Over the past two decades, a number of statistical models have been developed and validated to assess breast cancer risk. Current risk assessment models, which are based on a combination of risk factors, produce breast cancer risk estimates over a specific time and/or over the lifetime of the individual.  The most widely known and commonly used model is the Gail model.  Designed in 1989, the Gail model uses 6 breast cancer risk factors (i.e., age, hormonal or reproductive history, previous history of breast disease, and family history).  The Gail model is the only model that has been validated in three large population-based databases, but a recent systematic review has shown that the Gail model has limited discriminatory accuracy in individualized risk assessment (Cummings et al. 2009).  The model still needs to be validated in Hispanic women, Asian women, and other subgroups.

Another model used widely is the Claus model.  This model includes a substantially more comprehensive family history of breast cancer than the Gail model.  But the model does not include nonhereditary risk factors (e.g., hormonal or reproductive factors) and the agreement (concordance) between the Gail and Claus models has been relatively poor.  Other risk assessment models such as BRCAPRO, Jonker model, IBIS or the Tyrer-Cuzick model have similar limitations such as not incorporating nonhereditary risk factors and factoring in non-BRCA gene mutations. 

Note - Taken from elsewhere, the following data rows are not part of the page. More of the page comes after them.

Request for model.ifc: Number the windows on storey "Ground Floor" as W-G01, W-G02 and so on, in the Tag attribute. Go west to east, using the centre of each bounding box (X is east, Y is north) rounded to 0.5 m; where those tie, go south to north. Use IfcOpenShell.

First a look at what the model holds.

```python
import ifcopenshell
import ifcopenshell.util.element
import ifcopenshell.util.placement

model = ifcopenshell.open("model.ifc")
print(model.schema)
storey = next(s for s in model.by_type("IfcBuildingStorey") if s.Name == "Ground Floor")
windows = [e for e in ifcopenshell.util.element.get_decomposition(storey) if e.is_a("IfcWindow")]
for e in sorted(windows, key=lambda e: e.id()):
    origin = ifcopenshell.util.placement.get_local_placement(e.ObjectPlacement)[:3, 3]
    print(e.id(), e.Tag, e.Name, origin.round(2) + 0.0, sep=" | ")
```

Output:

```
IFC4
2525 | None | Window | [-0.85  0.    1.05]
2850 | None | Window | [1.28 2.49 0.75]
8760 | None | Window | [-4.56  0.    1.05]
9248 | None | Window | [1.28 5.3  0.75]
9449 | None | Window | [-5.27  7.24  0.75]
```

```python
import ifcopenshell
import ifcopenshell.geom
import ifcopenshell.util.element
import ifcopenshell.util.shape

model = ifcopenshell.open("model.ifc")
settings = ifcopenshell.geom.settings()
settings.set("use-world-coords", True)


def centre(element):
    shape = ifcopenshell.geom.create_shape(settings, element)
    return ifcopenshell.util.shape.get_bbox_centroid(shape.geometry)


storey = next(s for s in model.by_type("IfcBuildingStorey") if s.Name == "Ground Floor")
windows = [e for e in ifcopenshell.util.element.get_decomposition(storey) if e.is_a("IfcWindow")]

# Insertion points can sit at a corner or the storey origin, so sort by the geometry (in metres).
centres = {e: centre(e) for e in windows}
windows.sort(key=lambda e: (round(centres[e][0] / 0.5), centres[e][1]))

for i, e in enumerate(windows, start=1):
    number = f"W-G{i:02d}"
    e.Tag = number
    print(e.id(), number)

model.write("model_rev.ifc")
```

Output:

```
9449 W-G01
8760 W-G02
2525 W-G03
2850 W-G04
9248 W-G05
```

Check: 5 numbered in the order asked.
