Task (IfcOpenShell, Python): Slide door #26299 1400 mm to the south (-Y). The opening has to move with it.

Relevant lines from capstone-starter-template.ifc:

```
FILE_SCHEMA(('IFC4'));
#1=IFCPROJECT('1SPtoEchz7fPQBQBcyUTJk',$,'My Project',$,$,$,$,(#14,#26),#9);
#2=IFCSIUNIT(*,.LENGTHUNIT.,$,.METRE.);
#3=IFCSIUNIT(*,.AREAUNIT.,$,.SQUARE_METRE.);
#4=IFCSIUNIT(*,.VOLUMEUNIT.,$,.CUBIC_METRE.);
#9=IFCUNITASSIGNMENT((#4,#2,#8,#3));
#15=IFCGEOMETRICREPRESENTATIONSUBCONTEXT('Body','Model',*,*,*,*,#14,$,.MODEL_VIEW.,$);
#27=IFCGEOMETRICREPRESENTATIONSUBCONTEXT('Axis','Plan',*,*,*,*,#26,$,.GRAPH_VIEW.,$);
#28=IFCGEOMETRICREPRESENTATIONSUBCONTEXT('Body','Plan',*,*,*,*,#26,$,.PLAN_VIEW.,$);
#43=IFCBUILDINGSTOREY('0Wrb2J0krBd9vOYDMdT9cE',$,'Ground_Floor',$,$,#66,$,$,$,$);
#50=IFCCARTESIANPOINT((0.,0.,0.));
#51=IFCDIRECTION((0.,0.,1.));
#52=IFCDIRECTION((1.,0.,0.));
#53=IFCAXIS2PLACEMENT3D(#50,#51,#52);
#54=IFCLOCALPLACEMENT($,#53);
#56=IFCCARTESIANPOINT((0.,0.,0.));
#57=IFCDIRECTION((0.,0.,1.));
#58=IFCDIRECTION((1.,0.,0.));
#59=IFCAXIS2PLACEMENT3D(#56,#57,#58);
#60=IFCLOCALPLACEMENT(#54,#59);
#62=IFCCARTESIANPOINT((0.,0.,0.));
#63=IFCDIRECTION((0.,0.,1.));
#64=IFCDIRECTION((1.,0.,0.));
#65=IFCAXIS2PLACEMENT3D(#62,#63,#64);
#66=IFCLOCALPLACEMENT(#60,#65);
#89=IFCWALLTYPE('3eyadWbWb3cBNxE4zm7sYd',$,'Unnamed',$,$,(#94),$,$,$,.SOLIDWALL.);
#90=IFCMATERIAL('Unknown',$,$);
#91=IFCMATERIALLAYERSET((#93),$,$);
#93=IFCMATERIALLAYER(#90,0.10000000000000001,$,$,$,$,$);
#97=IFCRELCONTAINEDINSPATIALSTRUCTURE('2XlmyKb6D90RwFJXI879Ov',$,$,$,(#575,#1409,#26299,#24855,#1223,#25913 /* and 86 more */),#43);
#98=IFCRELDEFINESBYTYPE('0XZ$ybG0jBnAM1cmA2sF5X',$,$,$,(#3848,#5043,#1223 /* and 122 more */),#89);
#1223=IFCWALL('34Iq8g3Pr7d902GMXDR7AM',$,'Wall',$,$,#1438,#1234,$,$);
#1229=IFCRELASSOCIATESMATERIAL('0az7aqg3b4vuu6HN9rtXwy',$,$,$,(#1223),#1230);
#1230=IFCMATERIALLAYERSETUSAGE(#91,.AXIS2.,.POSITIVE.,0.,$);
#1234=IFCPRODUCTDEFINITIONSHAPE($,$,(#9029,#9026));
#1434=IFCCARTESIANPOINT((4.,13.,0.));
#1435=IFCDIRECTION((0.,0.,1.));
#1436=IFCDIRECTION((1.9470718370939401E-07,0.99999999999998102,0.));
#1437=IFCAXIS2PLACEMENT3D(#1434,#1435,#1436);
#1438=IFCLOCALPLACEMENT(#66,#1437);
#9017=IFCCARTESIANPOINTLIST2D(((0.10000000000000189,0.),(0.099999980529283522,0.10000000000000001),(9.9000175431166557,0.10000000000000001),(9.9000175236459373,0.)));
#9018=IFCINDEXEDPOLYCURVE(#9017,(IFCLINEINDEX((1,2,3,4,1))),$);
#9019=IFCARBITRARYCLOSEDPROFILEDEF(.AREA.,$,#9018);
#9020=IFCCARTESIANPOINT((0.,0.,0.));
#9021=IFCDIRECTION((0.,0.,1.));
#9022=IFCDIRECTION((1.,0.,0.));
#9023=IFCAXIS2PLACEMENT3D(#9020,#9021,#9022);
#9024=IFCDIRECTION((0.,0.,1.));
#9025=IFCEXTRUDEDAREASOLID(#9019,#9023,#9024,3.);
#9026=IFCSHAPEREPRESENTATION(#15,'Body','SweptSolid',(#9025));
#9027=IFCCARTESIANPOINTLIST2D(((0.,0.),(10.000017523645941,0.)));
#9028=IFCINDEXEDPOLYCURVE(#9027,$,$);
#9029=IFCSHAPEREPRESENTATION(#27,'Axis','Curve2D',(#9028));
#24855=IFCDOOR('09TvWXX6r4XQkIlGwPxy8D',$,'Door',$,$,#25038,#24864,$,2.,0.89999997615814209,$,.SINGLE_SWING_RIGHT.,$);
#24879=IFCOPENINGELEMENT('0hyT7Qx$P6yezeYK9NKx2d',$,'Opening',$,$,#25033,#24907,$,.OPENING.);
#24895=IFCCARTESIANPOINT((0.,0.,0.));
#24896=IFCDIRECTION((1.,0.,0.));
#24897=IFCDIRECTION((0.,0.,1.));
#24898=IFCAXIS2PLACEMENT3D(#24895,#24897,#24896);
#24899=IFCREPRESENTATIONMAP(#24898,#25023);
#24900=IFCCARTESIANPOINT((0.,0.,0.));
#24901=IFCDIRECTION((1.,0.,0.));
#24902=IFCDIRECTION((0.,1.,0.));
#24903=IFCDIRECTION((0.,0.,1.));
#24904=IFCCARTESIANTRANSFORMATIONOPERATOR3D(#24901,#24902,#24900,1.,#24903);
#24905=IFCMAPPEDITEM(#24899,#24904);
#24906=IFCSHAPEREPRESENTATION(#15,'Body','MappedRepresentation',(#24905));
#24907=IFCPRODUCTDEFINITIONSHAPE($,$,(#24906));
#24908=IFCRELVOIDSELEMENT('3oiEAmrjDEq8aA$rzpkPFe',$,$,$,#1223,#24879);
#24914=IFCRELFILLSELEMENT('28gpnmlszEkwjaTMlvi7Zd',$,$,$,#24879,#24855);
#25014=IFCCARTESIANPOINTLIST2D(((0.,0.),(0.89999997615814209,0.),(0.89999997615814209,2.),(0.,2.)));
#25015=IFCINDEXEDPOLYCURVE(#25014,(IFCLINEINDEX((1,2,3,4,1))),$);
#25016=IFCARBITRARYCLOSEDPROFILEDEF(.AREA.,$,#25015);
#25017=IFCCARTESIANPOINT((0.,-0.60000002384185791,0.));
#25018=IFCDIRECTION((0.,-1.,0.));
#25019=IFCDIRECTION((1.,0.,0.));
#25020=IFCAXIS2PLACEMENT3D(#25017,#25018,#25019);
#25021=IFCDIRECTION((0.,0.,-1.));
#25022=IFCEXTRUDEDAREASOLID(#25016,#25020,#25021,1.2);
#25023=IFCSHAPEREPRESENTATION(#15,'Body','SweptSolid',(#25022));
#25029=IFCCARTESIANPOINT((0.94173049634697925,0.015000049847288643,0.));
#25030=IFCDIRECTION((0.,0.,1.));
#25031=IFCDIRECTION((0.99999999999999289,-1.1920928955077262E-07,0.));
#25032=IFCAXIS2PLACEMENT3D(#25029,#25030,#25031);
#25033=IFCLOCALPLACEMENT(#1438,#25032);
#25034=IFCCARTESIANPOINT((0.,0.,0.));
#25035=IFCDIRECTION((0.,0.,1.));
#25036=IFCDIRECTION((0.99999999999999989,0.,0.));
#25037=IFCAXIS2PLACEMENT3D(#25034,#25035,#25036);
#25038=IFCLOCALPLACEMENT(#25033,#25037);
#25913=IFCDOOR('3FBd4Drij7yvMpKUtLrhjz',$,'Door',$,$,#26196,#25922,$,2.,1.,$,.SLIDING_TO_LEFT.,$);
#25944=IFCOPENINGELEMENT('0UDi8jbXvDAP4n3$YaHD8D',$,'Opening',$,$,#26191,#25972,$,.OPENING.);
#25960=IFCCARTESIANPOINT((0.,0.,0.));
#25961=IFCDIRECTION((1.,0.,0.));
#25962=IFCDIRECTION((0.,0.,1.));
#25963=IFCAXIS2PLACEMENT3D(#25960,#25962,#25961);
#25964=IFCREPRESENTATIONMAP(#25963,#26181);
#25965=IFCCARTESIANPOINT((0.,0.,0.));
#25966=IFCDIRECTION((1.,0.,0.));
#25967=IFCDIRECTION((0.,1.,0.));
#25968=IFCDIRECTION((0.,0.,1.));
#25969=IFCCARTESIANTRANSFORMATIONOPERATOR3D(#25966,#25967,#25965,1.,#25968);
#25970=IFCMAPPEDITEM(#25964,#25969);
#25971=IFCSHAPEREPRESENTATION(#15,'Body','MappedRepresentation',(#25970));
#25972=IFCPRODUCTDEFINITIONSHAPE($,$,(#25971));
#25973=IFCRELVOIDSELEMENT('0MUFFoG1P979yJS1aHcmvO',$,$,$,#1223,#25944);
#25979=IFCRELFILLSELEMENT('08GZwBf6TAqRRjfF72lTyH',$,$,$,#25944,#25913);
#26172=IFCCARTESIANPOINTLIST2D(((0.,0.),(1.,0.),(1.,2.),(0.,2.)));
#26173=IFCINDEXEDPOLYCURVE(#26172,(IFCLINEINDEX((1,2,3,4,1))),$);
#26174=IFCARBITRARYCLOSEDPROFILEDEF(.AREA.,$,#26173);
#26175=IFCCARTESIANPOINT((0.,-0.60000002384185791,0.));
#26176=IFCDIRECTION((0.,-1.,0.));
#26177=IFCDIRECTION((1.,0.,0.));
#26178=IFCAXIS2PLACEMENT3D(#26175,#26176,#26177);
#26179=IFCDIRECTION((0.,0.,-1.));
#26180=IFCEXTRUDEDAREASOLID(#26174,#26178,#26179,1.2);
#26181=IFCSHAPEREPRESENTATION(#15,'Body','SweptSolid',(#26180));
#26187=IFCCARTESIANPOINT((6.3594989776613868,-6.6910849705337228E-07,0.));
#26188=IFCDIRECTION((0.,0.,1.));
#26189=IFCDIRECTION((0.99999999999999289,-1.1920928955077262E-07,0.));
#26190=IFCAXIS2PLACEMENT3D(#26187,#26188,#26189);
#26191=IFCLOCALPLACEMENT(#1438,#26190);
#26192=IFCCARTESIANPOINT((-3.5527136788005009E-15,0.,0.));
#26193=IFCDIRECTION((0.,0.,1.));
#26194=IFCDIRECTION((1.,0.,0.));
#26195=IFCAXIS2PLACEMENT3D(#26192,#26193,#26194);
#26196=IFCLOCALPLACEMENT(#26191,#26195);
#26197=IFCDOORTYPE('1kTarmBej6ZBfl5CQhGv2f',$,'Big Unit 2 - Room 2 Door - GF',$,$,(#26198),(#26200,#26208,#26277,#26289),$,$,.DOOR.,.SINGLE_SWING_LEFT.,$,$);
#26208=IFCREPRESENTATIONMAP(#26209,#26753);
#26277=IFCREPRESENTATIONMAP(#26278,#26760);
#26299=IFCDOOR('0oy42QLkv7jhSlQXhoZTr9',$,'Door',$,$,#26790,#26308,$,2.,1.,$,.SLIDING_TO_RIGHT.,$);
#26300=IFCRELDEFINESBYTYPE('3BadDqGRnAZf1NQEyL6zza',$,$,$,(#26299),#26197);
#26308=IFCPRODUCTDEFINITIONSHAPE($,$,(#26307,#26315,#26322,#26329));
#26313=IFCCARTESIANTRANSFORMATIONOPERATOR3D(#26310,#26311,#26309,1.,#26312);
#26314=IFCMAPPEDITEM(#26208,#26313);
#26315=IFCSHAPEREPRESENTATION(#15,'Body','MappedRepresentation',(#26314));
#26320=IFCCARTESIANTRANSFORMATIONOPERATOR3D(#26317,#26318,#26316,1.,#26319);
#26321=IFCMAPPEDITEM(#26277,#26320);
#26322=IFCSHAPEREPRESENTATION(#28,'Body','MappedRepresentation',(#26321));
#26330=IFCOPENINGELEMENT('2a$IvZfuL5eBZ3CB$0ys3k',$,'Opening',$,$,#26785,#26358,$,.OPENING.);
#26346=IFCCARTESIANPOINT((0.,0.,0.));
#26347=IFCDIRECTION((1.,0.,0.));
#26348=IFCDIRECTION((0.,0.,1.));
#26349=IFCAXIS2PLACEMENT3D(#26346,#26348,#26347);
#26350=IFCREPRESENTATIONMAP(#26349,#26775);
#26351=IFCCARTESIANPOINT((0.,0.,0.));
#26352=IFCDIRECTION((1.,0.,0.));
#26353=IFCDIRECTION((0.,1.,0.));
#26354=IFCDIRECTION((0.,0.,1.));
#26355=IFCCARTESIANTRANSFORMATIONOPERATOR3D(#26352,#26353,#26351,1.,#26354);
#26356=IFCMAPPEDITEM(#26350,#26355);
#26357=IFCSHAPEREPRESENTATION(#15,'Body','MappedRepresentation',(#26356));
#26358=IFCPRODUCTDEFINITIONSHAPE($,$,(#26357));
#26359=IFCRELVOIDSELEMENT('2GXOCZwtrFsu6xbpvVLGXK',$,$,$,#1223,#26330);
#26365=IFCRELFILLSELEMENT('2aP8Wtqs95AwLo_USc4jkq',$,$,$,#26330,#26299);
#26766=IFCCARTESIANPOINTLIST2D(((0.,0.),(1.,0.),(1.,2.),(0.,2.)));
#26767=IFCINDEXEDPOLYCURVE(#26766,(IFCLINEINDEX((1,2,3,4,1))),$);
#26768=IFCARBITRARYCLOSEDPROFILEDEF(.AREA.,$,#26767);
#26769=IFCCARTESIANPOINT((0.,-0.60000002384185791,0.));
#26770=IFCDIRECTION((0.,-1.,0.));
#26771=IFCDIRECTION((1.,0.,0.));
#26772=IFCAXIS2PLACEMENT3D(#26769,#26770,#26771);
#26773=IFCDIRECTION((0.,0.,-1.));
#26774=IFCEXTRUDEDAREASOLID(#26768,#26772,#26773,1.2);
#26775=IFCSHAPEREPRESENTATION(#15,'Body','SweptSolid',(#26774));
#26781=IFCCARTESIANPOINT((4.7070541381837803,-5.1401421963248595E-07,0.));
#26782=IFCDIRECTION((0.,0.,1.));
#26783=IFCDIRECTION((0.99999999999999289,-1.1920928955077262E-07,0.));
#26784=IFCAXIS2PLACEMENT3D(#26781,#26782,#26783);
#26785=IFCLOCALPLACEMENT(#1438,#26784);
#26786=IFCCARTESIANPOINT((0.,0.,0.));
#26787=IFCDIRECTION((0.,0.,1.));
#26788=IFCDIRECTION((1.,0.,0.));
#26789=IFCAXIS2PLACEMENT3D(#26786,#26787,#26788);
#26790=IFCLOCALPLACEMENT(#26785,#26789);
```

```python
import ifcopenshell
import ifcopenshell.api.geometry
import ifcopenshell.util.placement
import ifcopenshell.util.unit

model = ifcopenshell.open("capstone-starter-template.ifc")
unit_scale = ifcopenshell.util.unit.calculate_unit_scale(model)

door = model.by_guid("0oy42QLkv7jhSlQXhoZTr9")
opening = door.FillsVoids[0].RelatingOpeningElement
wall = opening.VoidsElements[0].RelatingBuildingElement

wall_matrix = ifcopenshell.util.placement.get_local_placement(wall.ObjectPlacement)
shift = wall_matrix[:3, 0] * -1.4 / unit_scale
before = ifcopenshell.util.placement.get_local_placement(door.ObjectPlacement)[:3, 3].copy()

# The door is placed relative to its opening, so it follows when the opening moves.
matrix = ifcopenshell.util.placement.get_local_placement(opening.ObjectPlacement)
matrix[:3, 3] += shift
ifcopenshell.api.geometry.edit_object_placement(
    model, product=opening, matrix=matrix, is_si=False, should_transform_children=True
)

after = ifcopenshell.util.placement.get_local_placement(door.ObjectPlacement)[:3, 3]
print("door moved by", (after - before).round(3) + 0.0)

model.write("capstone-starter-template_edited.ifc")
```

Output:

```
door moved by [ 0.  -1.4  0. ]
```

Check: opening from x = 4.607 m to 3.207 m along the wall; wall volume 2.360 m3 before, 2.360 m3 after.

Researchers have tried to validate and compare various BRCA1 and BRCA2 risk estimation models.  But a 2007 study that independently compared these models showed no one model was superior (Parmigiani et al. 2007).  Some models can predict both mutation carriage risk and breast cancer risk, but all have limitations with their reliance on known risk factors, since data show that up to 60% of breast cancer can arise in the absence of any known risk factors.  Other weaknesses in the models include the fact that they incorporate information only about 1st or 2nd degree relatives of the person being assessed.  Some models also do not include mammographic breast density or family history of other types of cancers such as prostate or pancreatic cancers which are known to be influenced by BRCA1 or BRCA2 mutations.  Also, genome-based research will most likely lead to the development of new risk assessment models.  Current models do not incorporate single-nucleotide polymorphisms (SNPs) which have been associated with breast cancer risk.  Ongoing efforts are needed to assess and measure vastly complex gene-gene and gene-environment interactions which will lead to improved individualized risk assessment and care.